EXERCISE DIRECTIONS » When you reach the line containing "#3=IFCDIRECTION((0.,1.));" in the entries below, begin reproducing lines exactly, and stop once the line containing "#8=IFCMEASUREWITHUNIT(IFCRATIOMEASURE(0.0174532925199433),#7);" is done.

DATA FOR THIS EXERCISE »

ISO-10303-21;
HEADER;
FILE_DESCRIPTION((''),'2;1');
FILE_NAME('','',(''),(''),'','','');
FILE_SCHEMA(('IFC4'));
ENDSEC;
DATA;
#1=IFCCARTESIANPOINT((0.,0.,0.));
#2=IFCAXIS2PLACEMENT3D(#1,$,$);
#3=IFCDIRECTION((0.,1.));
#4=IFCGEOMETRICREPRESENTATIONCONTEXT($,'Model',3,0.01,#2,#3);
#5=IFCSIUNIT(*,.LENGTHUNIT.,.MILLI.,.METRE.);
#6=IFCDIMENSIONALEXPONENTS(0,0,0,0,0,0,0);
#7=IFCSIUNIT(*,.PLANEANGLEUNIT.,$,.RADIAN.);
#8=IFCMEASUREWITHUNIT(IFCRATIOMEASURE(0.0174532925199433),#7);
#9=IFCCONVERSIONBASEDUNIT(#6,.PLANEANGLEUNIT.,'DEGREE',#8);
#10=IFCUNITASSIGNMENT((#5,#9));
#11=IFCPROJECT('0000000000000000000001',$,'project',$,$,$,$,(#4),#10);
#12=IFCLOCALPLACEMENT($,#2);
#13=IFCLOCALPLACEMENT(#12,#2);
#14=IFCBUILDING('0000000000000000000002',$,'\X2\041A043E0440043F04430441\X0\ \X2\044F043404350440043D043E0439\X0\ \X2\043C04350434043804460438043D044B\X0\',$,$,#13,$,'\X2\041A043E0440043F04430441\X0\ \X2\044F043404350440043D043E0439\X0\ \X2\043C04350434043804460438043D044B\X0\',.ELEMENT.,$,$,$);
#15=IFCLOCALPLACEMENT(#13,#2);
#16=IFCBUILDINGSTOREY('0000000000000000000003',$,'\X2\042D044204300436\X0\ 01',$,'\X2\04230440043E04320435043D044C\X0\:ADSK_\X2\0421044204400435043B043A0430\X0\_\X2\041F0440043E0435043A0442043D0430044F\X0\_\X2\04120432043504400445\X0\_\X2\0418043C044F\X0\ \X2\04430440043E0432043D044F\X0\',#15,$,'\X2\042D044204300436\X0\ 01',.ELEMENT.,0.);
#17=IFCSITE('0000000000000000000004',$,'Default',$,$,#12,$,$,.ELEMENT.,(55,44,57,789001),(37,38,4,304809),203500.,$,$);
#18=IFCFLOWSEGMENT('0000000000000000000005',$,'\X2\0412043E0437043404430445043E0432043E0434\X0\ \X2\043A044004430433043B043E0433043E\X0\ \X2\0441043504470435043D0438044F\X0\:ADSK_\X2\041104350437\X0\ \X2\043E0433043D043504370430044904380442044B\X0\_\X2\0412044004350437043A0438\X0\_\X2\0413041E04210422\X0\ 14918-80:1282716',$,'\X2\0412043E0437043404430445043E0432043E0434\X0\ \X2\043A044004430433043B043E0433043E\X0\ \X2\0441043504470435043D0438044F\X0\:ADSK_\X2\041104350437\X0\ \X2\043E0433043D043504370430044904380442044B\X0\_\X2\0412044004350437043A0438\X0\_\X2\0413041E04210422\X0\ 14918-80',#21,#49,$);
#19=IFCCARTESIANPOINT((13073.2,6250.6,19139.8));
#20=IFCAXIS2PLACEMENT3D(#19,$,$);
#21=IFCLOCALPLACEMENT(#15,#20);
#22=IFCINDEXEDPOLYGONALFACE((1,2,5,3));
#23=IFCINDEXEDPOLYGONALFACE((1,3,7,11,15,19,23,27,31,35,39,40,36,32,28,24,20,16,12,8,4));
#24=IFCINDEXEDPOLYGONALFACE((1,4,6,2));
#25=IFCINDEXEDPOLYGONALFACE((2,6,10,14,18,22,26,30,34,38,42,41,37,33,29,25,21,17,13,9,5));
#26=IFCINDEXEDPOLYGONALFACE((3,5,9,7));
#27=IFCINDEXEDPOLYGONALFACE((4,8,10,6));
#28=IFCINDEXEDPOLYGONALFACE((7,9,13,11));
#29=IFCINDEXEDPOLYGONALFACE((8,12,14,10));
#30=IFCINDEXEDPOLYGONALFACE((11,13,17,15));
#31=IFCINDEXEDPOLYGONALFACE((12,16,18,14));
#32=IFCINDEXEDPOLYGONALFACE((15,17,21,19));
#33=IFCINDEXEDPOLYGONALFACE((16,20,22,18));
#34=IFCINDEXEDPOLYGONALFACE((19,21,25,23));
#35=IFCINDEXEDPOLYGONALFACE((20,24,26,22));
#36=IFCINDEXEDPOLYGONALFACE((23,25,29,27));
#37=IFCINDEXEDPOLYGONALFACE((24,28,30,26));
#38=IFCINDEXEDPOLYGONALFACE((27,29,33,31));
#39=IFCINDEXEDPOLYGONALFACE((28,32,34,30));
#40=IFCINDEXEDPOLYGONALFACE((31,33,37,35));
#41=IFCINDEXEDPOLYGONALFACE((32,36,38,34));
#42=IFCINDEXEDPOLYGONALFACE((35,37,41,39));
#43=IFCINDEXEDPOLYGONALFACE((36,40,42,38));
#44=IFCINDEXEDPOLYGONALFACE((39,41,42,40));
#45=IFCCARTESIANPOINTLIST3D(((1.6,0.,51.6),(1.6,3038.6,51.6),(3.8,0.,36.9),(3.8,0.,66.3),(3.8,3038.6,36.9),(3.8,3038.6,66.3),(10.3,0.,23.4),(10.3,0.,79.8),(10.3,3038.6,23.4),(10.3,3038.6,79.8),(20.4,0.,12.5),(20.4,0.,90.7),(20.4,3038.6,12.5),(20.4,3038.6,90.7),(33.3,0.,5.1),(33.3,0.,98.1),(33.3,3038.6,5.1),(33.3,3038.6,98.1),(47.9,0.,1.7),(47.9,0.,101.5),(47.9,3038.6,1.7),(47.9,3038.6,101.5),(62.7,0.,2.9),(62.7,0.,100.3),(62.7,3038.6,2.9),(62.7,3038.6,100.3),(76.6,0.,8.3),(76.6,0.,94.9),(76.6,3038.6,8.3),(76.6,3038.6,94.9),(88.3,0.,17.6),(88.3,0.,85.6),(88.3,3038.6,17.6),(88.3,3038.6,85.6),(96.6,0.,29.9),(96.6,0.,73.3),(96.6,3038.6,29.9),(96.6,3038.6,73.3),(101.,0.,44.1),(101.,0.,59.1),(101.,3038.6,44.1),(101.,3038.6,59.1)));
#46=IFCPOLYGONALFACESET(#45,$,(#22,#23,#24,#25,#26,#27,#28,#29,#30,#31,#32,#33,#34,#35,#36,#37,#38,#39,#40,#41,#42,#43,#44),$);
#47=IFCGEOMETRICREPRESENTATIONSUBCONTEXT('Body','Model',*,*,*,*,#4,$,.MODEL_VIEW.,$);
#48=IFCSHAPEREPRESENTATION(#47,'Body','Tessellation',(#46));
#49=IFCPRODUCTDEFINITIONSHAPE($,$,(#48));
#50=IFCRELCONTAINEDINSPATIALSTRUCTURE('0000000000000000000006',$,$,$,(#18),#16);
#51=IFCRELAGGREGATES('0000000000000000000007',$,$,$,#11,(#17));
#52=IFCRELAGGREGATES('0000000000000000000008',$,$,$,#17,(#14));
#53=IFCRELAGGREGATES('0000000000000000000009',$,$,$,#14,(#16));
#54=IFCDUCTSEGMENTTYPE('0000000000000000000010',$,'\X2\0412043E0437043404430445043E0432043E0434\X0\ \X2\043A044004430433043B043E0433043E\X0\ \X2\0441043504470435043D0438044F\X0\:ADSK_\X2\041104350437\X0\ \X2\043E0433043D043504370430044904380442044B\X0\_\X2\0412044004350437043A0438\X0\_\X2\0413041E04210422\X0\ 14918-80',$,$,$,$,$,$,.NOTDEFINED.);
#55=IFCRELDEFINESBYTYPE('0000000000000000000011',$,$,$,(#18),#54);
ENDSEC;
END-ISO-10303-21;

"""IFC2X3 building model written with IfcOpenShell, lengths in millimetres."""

from ifc_helpers import new_model, entity, si_unit, converted_unit, direction, frame, origin, origin_2d_with_axis, place, context, subcontext, project, spatial, circle, extrude, type_object, element, save


model = new_model("IFC2X3")

# Units and contexts
model_context = context("Model", 3, precision=0.01, world=origin(), true_north=direction((0.0, 1.0)))
body_context = subcontext(model_context, "Body", "Model", "MODEL_VIEW")
ifc_project = project(units=[si_unit("LENGTHUNIT", "METRE", prefix="MILLI"), converted_unit("PLANEANGLEUNIT", "DEGREE", entity("IfcRatioMeasure", 0.0174532925199433), si_unit("PLANEANGLEUNIT", "RADIAN"), dimensions=[0, 0, 0, 0, 0, 0, 0])], contexts=[model_context])

# Site, building, storey
site_placement = place(None, origin())
site = spatial("IfcSite", under=ifc_project, at=site_placement, Name="Default", CompositionType="ELEMENT", RefLatitude=(55, 44, 57, 789001), RefLongitude=(37, 38, 4, 304809), RefElevation=203500.0)
building_placement = place(site_placement, origin())
building = spatial("IfcBuilding", under=site, at=building_placement, Name="Корпус ядерной медицины", LongName="Корпус ядерной медицины", CompositionType="ELEMENT")
storey_placement = place(building_placement, origin())
storey = spatial("IfcBuildingStorey", under=building, at=storey_placement, Name="Этаж 01", ObjectType="Уровень:ADSK_Стрелка_Проектная_Вверх_Имя уровня", LongName="Этаж 01", CompositionType="ELEMENT", Elevation=0.0)

# Flow segment
duct_segment_type_1 = type_object("IfcDuctSegmentType", Name="Воздуховод круглого сечения:ADSK_Без огнезащиты_Врезки_ГОСТ 14918-80", PredefinedType="NOTDEFINED")
flow_segment_1_placement = place(storey_placement, frame((13073.2, 6250.6, 19139.8)))
element("IfcFlowSegment", 1, at=flow_segment_1_placement, inside=storey, type_object=duct_segment_type_1, Name="Воздуховод круглого сечения:ADSK_Без огнезащиты_Врезки_ГОСТ 14918-80:1282716", ObjectType="Воздуховод круглого сечения:ADSK_Без огнезащиты_Врезки_ГОСТ 14918-80", context=body_context, shape_type="SweptSolid", body=[
    extrude(circle(Radius=50.0, at=origin_2d_with_axis()), frame((51.6, 0.0, 51.6), z_axis=(0.0, 1.0, 0.0), x_axis=(-1.0, 0.0, 0.0)), (0.0, 0.0, 1.0), 3038.6),
])

save(model, "model.ifc")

ANSWER SECTION »
#3=IFCDIRECTION((0.,1.));
#4=IFCGEOMETRICREPRESENTATIONCONTEXT($,'Model',3,0.01,#2,#3);
#5=IFCSIUNIT(*,.LENGTHUNIT.,.MILLI.,.METRE.);
#6=IFCDIMENSIONALEXPONENTS(0,0,0,0,0,0,0);
#7=IFCSIUNIT(*,.PLANEANGLEUNIT.,$,.RADIAN.);
#8=IFCMEASUREWITHUNIT(IFCRATIOMEASURE(0.0174532925199433),#7);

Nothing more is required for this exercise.